++++ Task inputs

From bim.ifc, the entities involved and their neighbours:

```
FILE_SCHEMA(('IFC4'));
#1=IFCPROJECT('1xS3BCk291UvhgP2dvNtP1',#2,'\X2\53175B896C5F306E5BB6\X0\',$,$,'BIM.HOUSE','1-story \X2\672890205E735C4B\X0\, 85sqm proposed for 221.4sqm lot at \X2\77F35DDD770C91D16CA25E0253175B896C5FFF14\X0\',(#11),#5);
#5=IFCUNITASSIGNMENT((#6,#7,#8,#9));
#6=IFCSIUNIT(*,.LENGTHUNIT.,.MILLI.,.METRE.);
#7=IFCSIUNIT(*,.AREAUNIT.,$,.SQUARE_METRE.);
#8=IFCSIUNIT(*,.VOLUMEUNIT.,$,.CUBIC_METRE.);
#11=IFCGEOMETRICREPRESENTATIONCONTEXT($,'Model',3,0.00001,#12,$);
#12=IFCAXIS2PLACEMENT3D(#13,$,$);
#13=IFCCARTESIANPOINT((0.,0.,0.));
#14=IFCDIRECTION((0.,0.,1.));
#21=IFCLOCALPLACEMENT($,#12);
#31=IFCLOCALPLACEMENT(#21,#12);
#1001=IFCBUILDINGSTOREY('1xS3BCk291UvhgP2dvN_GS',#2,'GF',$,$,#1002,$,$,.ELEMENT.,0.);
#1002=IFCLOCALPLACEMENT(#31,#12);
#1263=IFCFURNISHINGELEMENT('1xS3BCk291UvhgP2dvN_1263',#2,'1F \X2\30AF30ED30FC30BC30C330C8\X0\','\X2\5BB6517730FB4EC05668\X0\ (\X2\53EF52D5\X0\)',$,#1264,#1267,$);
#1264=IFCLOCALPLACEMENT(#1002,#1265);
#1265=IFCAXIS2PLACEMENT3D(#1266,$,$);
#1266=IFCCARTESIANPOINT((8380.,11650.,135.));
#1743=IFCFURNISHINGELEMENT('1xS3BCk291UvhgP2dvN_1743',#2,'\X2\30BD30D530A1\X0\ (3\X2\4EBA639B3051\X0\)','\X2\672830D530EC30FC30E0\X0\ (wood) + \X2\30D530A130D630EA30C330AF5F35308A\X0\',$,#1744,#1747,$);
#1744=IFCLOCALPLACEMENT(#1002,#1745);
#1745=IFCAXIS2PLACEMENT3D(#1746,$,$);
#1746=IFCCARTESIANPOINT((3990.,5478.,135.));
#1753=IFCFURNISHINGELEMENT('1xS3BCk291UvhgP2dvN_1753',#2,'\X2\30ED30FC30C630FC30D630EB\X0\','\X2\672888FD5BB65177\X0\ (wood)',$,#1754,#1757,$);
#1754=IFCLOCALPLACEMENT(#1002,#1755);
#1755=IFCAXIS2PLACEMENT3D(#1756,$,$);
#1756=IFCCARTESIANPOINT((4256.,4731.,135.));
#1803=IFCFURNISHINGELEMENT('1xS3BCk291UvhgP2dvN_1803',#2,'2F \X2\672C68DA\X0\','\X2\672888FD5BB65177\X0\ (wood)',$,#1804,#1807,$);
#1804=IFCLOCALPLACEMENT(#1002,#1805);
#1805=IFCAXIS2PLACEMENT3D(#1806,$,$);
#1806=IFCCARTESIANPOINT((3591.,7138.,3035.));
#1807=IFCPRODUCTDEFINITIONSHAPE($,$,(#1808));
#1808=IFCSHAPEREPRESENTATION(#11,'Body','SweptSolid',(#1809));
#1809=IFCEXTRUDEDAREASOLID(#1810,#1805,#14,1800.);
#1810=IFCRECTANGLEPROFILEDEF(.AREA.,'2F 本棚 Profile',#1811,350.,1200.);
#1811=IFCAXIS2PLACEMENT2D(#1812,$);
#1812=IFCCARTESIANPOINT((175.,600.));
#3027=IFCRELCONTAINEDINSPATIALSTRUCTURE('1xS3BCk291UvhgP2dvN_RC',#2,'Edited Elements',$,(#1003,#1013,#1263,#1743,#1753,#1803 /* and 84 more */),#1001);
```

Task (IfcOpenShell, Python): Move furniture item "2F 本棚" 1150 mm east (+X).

```python
import ifcopenshell
import ifcopenshell.api.geometry
import ifcopenshell.util.placement
import ifcopenshell.util.unit

model = ifcopenshell.open("bim.ifc")
unit_scale = ifcopenshell.util.unit.calculate_unit_scale(model)

item = model.by_guid("1xS3BCk291UvhgP2dvN_1803")
matrix = ifcopenshell.util.placement.get_local_placement(item.ObjectPlacement)
matrix[0, 3] += 1.15 / unit_scale
ifcopenshell.api.geometry.edit_object_placement(model, product=item, matrix=matrix, is_si=False)

print(ifcopenshell.util.placement.get_local_placement(item.ObjectPlacement).round(3) + 0.0)

model.write("bim-out.ifc")
```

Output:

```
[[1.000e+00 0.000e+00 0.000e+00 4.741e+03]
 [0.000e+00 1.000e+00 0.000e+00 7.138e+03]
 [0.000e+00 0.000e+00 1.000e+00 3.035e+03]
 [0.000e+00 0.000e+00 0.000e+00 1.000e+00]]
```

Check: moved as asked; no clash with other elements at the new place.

++++++++

▶ _Work instruction_
Apply a filter to the listing above so that only lines with "IFCSIUNIT" are kept, and copy those lines.

▶ _Finished task_
#6=IFCSIUNIT(*,.LENGTHUNIT.,.MILLI.,.METRE.);
#7=IFCSIUNIT(*,.AREAUNIT.,$,.SQUARE_METRE.);
#8=IFCSIUNIT(*,.VOLUMEUNIT.,$,.CUBIC_METRE.);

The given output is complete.